* _Dataset entries_:
###

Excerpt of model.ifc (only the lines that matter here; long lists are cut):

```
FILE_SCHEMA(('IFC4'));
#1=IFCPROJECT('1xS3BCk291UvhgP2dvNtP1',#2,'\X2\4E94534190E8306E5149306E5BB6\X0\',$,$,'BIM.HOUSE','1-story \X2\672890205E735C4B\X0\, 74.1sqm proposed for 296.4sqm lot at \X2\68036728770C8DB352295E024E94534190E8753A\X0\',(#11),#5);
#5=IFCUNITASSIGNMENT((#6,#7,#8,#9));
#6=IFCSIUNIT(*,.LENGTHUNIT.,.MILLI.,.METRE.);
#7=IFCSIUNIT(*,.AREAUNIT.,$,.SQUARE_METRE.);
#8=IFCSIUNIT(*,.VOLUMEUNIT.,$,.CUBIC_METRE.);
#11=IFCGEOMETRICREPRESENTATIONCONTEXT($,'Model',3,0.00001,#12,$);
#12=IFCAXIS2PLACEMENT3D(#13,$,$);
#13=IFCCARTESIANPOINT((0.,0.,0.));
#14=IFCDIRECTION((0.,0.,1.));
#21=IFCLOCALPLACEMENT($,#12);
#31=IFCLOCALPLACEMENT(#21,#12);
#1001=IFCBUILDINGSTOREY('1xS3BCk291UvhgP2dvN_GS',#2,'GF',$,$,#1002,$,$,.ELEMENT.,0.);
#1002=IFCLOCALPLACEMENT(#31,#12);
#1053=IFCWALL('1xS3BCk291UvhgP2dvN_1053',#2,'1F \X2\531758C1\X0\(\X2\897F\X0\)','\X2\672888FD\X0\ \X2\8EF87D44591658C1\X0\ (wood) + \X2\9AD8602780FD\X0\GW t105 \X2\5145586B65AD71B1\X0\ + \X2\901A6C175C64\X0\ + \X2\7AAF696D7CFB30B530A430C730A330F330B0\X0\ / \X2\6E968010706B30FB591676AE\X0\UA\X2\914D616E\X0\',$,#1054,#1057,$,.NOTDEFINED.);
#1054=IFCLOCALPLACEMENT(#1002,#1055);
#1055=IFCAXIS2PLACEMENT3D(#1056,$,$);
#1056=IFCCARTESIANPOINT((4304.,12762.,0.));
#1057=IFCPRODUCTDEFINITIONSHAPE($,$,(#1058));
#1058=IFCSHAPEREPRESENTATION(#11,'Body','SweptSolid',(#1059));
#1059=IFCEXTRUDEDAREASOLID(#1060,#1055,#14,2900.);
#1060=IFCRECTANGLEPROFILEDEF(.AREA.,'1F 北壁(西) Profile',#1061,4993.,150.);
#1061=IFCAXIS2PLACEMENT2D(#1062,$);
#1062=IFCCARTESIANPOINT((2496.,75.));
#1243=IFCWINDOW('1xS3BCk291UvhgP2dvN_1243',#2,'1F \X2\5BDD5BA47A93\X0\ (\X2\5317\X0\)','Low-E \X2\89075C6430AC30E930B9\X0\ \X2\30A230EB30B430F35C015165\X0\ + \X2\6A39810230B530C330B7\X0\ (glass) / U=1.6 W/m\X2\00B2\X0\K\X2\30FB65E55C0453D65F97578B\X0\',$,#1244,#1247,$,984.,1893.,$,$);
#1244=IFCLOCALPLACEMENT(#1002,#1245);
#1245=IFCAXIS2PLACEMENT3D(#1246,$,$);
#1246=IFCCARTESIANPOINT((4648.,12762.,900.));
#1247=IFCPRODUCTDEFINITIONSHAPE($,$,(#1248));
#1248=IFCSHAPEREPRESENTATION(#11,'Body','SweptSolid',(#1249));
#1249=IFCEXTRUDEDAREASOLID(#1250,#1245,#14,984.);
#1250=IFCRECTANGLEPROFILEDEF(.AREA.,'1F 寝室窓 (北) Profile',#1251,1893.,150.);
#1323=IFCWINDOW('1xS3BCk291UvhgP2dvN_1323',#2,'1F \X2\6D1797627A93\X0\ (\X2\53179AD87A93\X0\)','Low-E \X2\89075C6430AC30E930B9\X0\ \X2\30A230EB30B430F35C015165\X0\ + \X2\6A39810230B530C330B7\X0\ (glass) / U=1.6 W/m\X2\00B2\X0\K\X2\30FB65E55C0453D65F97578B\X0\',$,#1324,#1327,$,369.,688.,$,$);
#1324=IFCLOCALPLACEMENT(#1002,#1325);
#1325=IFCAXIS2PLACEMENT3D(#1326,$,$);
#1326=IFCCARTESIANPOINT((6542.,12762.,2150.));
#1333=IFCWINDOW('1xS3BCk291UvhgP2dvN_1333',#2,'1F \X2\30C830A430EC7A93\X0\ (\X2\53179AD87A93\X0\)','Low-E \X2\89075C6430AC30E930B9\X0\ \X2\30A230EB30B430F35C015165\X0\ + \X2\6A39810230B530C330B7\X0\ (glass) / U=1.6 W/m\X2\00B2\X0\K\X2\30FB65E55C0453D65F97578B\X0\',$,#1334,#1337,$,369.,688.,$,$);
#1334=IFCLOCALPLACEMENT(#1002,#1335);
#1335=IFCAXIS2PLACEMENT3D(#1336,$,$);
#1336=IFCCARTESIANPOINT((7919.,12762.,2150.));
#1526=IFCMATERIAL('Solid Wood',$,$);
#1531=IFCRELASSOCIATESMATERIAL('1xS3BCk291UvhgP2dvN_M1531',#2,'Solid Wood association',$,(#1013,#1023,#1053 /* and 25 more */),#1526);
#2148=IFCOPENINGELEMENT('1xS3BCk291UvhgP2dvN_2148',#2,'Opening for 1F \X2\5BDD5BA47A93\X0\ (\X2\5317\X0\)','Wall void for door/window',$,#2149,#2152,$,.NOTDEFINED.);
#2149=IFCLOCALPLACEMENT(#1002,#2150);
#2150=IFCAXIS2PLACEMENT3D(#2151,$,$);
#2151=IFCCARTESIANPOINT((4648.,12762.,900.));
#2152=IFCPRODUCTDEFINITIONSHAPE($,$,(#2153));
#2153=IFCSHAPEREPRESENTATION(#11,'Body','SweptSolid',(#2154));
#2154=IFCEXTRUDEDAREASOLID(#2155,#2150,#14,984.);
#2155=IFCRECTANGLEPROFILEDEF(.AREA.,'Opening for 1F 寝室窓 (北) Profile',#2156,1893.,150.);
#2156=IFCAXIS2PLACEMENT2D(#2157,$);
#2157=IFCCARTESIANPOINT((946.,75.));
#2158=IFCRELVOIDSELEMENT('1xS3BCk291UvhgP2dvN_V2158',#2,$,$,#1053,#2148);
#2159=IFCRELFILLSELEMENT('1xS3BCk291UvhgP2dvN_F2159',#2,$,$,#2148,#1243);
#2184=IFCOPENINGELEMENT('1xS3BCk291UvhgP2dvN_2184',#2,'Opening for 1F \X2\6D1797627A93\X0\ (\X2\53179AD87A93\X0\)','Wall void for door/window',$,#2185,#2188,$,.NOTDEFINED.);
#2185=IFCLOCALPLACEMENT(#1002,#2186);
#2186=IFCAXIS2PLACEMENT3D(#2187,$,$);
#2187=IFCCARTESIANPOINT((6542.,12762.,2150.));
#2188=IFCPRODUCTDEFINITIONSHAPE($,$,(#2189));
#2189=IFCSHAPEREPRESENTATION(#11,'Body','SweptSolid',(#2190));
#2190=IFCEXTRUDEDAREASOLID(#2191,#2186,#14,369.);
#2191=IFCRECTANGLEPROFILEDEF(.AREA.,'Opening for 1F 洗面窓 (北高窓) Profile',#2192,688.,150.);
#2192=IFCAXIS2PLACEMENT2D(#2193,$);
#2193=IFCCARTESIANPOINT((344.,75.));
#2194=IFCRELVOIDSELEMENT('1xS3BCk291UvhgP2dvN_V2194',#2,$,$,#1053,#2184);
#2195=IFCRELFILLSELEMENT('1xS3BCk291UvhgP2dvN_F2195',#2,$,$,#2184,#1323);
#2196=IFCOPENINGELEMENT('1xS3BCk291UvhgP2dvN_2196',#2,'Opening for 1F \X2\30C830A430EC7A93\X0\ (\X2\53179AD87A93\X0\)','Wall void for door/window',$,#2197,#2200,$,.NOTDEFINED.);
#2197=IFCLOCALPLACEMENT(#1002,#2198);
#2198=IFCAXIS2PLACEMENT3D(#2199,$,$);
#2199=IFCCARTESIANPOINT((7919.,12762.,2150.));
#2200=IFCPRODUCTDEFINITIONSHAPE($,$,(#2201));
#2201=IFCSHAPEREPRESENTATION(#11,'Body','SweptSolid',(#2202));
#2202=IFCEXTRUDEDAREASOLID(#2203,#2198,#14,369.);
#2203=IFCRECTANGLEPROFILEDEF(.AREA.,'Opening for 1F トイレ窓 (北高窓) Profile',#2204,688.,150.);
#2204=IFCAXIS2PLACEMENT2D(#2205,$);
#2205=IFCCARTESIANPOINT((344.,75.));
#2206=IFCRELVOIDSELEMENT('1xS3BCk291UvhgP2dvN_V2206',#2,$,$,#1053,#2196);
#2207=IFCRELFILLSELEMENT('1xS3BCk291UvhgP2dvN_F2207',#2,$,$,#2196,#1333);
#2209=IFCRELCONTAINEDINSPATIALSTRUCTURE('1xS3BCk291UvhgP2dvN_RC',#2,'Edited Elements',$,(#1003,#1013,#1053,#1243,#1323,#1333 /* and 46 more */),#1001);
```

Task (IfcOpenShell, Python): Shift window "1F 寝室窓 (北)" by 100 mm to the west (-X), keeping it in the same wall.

```python
import ifcopenshell
import ifcopenshell.api.geometry
import ifcopenshell.util.placement
import ifcopenshell.util.unit

model = ifcopenshell.open("model.ifc")
unit_scale = ifcopenshell.util.unit.calculate_unit_scale(model)

window = model.by_guid("1xS3BCk291UvhgP2dvN_1243")
opening = window.FillsVoids[0].RelatingOpeningElement
wall = opening.VoidsElements[0].RelatingBuildingElement

wall_matrix = ifcopenshell.util.placement.get_local_placement(wall.ObjectPlacement)
shift = wall_matrix[:3, 0] * -0.1 / unit_scale
before = ifcopenshell.util.placement.get_local_placement(window.ObjectPlacement)[:3, 3].copy()

# The window is not placed relative to its opening, so move both.
for product in (opening, window):
    matrix = ifcopenshell.util.placement.get_local_placement(product.ObjectPlacement)
    matrix[:3, 3] += shift
    ifcopenshell.api.geometry.edit_object_placement(model, product=product, matrix=matrix, is_si=False)

after = ifcopenshell.util.placement.get_local_placement(window.ObjectPlacement)[:3, 3]
print("window moved by", (after - before).round(3) + 0.0)

model.write("model_updated.ifc")
```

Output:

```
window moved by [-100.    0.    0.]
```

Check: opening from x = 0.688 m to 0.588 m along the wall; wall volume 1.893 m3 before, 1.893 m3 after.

###

* _How to complete this task_:
Taking the records above as input, show every line in which the word "Body" is present.

* _Answer section_:
#1058=IFCSHAPEREPRESENTATION(#11,'Body','SweptSolid',(#1059));
#1248=IFCSHAPEREPRESENTATION(#11,'Body','SweptSolid',(#1249));
#2153=IFCSHAPEREPRESENTATION(#11,'Body','SweptSolid',(#2154));
#2189=IFCSHAPEREPRESENTATION(#11,'Body','SweptSolid',(#2190));
#2201=IFCSHAPEREPRESENTATION(#11,'Body','SweptSolid',(#2202));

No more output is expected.